What was less obvious was the difference in performance between separate augers. Monitoring equipment was installed on a farm having a relatively efficient twin-bin set-up with a single auger servicing a finishing house. It was using 2-3% more electricity than necessary, amounting to about 910 units and costing around £500 over a typical ten-year life. The extra running time could also be expected to increase general wear-and-tear reducing the life of the equipment by 20%.
The equipment was monitored over a one-month period – during which time the augers ran seven times a day – and the information gathered was analysed.
The system appeared to deliver feed in a consistent and reliable fashion, but the data showed that the auger appeared to draw much more readily from one bin than another. It was concluded that there could be something specifically wrong with these augers or bins, such as the slides not opening properly. Or it might be an inherent problem with the particular arrangement.
But it is on the energy side where the really big savings are coming. It is self-evident that this is particularly true in areas where supplementary heat is provided.
Monitoring showed that a pig unit in East Anglia, one of England’s principal pig producing areas, saved nearly £3,000 per year on 60 farrowing pens through accurate control of electricity use in its heated creep areas. An additional bonus was that the piglets were about 500g (l lb) heavier when weaned at four weeks.
This was achieved by putting plastic curtains around the creep areas, which were heated by 175W infra-red lamps. These were controlled by the Dicam (Digital Interactive Control and Monitoring) system which allowed the piglets to be started off at 30 deg C after birth, followed by a pre-planned temperature reduction curve on a daily basis.
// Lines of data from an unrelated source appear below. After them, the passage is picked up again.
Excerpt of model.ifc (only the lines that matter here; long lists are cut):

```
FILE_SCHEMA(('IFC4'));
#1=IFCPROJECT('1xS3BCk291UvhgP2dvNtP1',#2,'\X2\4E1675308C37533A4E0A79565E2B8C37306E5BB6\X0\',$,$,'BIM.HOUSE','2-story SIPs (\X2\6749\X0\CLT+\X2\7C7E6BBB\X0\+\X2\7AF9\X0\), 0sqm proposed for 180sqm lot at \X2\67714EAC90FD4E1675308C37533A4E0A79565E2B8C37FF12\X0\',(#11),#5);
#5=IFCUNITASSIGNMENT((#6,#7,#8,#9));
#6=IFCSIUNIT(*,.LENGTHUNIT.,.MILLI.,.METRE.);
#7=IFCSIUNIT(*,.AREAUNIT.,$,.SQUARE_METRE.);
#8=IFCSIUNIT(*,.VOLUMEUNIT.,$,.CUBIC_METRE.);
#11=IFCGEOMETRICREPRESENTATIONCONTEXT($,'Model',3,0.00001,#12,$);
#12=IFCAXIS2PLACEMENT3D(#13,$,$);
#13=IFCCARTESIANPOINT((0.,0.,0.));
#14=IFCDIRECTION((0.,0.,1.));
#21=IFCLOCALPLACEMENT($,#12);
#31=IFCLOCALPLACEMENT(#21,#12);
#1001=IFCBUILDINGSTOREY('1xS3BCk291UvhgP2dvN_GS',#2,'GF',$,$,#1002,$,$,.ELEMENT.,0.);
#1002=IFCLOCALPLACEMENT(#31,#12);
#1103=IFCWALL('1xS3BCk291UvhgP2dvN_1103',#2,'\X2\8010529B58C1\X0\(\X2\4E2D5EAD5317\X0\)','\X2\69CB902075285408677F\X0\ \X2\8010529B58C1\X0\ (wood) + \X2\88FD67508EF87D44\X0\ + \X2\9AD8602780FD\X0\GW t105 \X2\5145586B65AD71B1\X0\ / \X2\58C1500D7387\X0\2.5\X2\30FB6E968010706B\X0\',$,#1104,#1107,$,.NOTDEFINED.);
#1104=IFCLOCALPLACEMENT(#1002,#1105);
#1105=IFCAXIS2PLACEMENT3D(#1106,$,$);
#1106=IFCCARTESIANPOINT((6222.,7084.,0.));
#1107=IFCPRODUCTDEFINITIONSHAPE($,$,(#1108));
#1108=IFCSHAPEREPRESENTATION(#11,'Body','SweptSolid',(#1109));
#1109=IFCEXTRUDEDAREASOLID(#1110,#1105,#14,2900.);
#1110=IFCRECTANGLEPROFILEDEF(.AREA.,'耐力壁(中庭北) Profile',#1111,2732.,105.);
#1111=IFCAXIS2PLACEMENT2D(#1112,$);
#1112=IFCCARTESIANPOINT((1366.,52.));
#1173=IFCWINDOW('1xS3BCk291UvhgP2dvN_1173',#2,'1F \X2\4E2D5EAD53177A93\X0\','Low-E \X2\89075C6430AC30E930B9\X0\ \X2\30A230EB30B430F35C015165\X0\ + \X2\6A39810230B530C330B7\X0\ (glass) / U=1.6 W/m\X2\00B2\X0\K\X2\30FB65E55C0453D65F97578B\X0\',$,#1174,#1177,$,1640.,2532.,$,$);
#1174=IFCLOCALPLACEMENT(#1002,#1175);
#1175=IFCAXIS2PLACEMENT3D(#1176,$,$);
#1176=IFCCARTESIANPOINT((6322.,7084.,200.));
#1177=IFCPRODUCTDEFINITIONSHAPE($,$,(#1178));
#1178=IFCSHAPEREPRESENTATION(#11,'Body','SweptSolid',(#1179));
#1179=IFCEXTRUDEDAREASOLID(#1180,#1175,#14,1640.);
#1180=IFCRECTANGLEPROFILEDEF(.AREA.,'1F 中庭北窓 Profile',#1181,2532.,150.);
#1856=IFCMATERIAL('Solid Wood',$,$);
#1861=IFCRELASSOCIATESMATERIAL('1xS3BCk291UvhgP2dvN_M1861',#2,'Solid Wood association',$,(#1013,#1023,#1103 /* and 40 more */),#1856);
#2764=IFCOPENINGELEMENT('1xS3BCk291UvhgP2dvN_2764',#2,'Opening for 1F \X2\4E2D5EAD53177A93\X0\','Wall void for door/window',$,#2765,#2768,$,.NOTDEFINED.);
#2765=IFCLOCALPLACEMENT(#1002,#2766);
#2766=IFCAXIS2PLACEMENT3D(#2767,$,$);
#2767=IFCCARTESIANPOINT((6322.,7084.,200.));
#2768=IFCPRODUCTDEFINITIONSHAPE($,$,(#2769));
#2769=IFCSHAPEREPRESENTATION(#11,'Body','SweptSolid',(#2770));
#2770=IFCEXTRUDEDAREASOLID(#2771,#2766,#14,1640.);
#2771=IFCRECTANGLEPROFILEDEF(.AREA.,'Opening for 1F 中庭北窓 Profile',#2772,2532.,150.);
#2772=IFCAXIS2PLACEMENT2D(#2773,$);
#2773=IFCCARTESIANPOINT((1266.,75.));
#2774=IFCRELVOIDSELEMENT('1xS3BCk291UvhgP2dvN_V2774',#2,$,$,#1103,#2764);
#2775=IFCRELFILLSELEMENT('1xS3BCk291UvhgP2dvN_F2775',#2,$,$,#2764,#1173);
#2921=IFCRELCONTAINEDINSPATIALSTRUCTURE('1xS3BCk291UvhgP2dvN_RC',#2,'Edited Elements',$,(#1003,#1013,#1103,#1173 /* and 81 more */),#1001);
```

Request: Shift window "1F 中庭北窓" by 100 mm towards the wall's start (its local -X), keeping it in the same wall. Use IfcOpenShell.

```python
import ifcopenshell
import ifcopenshell.api.geometry
import ifcopenshell.util.placement
import ifcopenshell.util.unit

model = ifcopenshell.open("model.ifc")
unit_scale = ifcopenshell.util.unit.calculate_unit_scale(model)

window = model.by_guid("1xS3BCk291UvhgP2dvN_1173")
opening = window.FillsVoids[0].RelatingOpeningElement
wall = opening.VoidsElements[0].RelatingBuildingElement

wall_matrix = ifcopenshell.util.placement.get_local_placement(wall.ObjectPlacement)
shift = wall_matrix[:3, 0] * -0.1 / unit_scale
before = ifcopenshell.util.placement.get_local_placement(window.ObjectPlacement)[:3, 3].copy()

# The window is not placed relative to its opening, so move both.
for product in (opening, window):
    matrix = ifcopenshell.util.placement.get_local_placement(product.ObjectPlacement)
    matrix[:3, 3] += shift
    ifcopenshell.api.geometry.edit_object_placement(model, product=product, matrix=matrix, is_si=False)

after = ifcopenshell.util.placement.get_local_placement(window.ObjectPlacement)[:3, 3]
print("window moved by", (after - before).round(3) + 0.0)

model.write("model_updated.ifc")
```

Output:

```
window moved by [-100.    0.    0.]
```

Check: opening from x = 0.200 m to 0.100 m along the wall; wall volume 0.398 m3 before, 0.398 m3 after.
Electric meters were fitted to two houses and were read via the monitoring system. By using curtains to prevent heat ‘leaking’ it was found that energy costs on this unit were reduced by about £1 per crate per week. In addition, because the rest of the farrowing house was cooler, sow feed intake was higher, which was thought to account, in part, for the increased weaning weight.
With increasing emphasis on green issues, a bonus was that the saving in carbon emissions was put at over 60 tonnes per year.
Farmex director Nick Bird estimated that, nationally, there was potential for the UK industry to save 27 GigaWatt Hours of electricity, worth £2.4 million annually in creep heating alone.
While these figures are impressive, the major benefits of monitoring come through ensuring that the environment in a building is at the optimum day-in, day-out. This is not simply temperature control, but air-changes as well as the provision of feed and water. This helps ensure that pigs can perform nearer to their genetic potential. In particular, it has to be remembered that small improvements in feed conversion and growth rates in finishing pigs have a big influence on economics!